При обратной пересадке в кожу пациента такая реактивированная культура клеток, очевидно, будет активно заселять дерму и усиленно синтезировать весь комплекс компонентов внеклеточного матрикса и факторов роста, необходимый для поддержания кожи пациента в оптимальном физиологическом состоянии. В пользу этого свидетельствуют, например, данные Freedland с соавт., что пролиферативный ответ культивируемых фибробластов на стимуляцию цитокинами и синтез коллагена и неколлагеновых белков после стимуляции трансформирующим фактором роста бета не зависели от возраста донора клеток [8].
Важно отметить еще раз, что мы используем собственные клетки пациента, которые не рассасываются в отличие от пересаженных аллогенных клеток, и обеспечивают длительный эффект.

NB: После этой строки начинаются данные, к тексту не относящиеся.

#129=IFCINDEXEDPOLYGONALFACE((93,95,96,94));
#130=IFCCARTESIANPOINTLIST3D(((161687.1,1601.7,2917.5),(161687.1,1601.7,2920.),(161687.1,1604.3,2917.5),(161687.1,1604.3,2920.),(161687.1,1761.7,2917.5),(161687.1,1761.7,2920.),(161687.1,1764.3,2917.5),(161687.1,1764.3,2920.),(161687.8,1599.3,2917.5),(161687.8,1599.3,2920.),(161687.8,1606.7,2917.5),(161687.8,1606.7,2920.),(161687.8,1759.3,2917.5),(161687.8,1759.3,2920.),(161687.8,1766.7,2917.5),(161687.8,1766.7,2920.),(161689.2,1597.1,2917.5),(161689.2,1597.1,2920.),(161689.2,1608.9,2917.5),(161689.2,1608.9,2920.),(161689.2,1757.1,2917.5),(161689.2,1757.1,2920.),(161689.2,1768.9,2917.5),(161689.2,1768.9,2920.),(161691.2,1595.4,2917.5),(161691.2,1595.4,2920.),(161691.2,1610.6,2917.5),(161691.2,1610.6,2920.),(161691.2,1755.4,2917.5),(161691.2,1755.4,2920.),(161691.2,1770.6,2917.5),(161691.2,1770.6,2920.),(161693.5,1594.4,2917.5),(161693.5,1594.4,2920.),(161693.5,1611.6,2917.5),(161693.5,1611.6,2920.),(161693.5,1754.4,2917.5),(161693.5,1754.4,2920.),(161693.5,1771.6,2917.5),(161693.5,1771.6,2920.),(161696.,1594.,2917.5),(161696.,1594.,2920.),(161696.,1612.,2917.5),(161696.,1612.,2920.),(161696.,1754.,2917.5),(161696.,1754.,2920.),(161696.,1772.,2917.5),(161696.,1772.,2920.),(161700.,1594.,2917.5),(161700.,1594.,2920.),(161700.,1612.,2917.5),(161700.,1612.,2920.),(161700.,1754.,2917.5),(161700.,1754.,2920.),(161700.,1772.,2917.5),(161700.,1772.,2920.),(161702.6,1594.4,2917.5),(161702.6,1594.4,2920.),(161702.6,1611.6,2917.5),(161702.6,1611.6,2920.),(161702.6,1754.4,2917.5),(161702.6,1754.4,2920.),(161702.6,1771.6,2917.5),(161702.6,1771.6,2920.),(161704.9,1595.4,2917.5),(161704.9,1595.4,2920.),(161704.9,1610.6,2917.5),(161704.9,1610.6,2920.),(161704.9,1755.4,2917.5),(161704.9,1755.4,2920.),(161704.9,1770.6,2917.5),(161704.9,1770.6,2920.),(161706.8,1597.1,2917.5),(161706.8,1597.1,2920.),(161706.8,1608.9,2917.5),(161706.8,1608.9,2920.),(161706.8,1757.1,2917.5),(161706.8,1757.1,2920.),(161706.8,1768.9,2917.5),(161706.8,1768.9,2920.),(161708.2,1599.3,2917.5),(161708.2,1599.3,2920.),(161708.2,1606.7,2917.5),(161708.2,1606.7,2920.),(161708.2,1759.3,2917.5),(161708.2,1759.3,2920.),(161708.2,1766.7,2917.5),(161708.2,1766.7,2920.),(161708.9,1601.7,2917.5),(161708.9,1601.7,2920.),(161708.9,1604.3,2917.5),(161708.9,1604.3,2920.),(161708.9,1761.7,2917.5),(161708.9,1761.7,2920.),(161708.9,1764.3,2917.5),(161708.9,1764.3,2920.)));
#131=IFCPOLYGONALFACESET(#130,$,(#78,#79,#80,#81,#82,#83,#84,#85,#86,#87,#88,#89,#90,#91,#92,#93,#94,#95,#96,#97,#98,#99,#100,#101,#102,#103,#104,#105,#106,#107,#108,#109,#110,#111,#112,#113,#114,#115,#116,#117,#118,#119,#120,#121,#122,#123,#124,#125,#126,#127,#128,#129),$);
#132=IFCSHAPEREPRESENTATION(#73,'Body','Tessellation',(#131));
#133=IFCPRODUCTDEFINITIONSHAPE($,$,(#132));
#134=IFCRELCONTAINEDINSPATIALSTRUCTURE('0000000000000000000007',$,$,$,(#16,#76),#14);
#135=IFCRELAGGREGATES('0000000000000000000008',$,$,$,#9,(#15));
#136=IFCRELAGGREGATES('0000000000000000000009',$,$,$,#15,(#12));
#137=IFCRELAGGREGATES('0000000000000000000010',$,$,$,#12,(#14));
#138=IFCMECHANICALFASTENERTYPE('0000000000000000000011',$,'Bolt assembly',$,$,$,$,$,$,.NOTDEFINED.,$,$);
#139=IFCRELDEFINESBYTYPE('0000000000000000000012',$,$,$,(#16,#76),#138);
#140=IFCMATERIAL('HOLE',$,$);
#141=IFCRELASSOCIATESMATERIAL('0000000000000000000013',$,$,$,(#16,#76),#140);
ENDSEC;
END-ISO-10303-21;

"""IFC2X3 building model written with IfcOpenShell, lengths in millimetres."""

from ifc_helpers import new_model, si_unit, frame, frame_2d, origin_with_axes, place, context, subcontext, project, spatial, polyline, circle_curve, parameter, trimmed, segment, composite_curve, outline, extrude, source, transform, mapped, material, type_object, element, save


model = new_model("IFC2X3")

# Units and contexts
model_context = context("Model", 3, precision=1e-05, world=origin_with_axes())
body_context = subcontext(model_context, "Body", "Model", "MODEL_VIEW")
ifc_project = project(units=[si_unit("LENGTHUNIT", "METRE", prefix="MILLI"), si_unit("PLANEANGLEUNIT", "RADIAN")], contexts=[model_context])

Взаимоотношения фибробластов и стволовых клеток

В заключение еще раз несколько слов о взаимоотношении фибробластов и стволовых клеток, которым уделяется столько внимания в последнее время. Это исходно разные понятия, потому что стволовые клетки не имеют феномена старения при культивировании. Хотя связь между фибробластами и мезенхимальными стволовыми клетками была подтверждена многими исследователями, однако имелось мнение, что фибробласты при культивировании утрачивают способность к дифференцировке в другие типы клеток. В исследованиях последних лет это утверждение подвергается сомнению. Так было показано, что фибробласты потенциально могут приобретать свойства клеток скелетной мускулатуры, если трансплантируются в регенерирующую скелетную мышцу [9]. Количество публикаций, посвященных высокой пластичности культивируемых фибробластов, быстро увеличивается.
Все эти данные, а также положительный эффект применения препаратов фибробластов у пациентов указывает на высокий восстановительный потенциал аутогенных фибробластов для коррекции возрастных изменений кожи. Дальнейшие исследования должны быть направлены на оптимизацию схемы терапии, дозы вводимых фибробластов и наблюдение в динамике для установления отдаленных результатов.

IV. ВЫВОДЫ

1. Отработан метод получения препаратов фибробластов из кожи человека, пригодный для применения в косметологии.
2. Показано сохранение высокой способности к пролиферации фибробластов, полученных от взрослых доноров.
3. Проведены испытания по применения полученных препаратов для коррекции возрастных изменений кожи, показавшие значительный и стойкий положительный результат.
4. Полученные данные указывают на высокую перспективность применения культуры аутогенных фибробластов в терапевтической косметологии.

Литература
1. Friedenstein AJ, Petrakova KV, Kurolesova AI, Frolova GP . Heterotopic of bone marrow. Analysis of precursor cells for octeogenic and hematopoeietic tissue. Transplantation 1968;6:230-247.
2. Степанова ЛГ, Алексеев СБ, Згурский АА, Ломанова ГА, Шалунова НВ. Получение и характеристика нового штамма диплоидных клеток из эмбриональной ткани легкого человека. Цитология 1986;28(12):1373-1376.
3. Hayflick L, Moorhead PS. Exp Cell Res 1961;25:585-621.
4. Cristofalo VJ et al. Proc Natl Acad Sci U S A 1998Sept1;95(18):10614-10619.
5. Терехов СМ. Усовершенствованный метод клонирования диплоидных фибробластов человека. Цитология 1981;23(6):717-718.
6. Алексеев АА, Попов СВ. Комбустиология 1999;1.
7. Келлер Г, Себастиан Дж, Лакомбе Ю, Тофт К, Ласк Г, Ревазова Е. Сохранность инъецируемых аутологичных человеческих фибробластов. Бюл эксп биол мед 2000;130(8):203-206.
8. Freedland M et al. Ann Plast Surg 1995;35(3):290-296.
9. Salvatori G, Lattanzi L, Coletta M et al. J Cell Sci 1995;108:2733-2739.
10. Методические указания РД 42-28-10-89. Минздрав СССР, Москва 1989.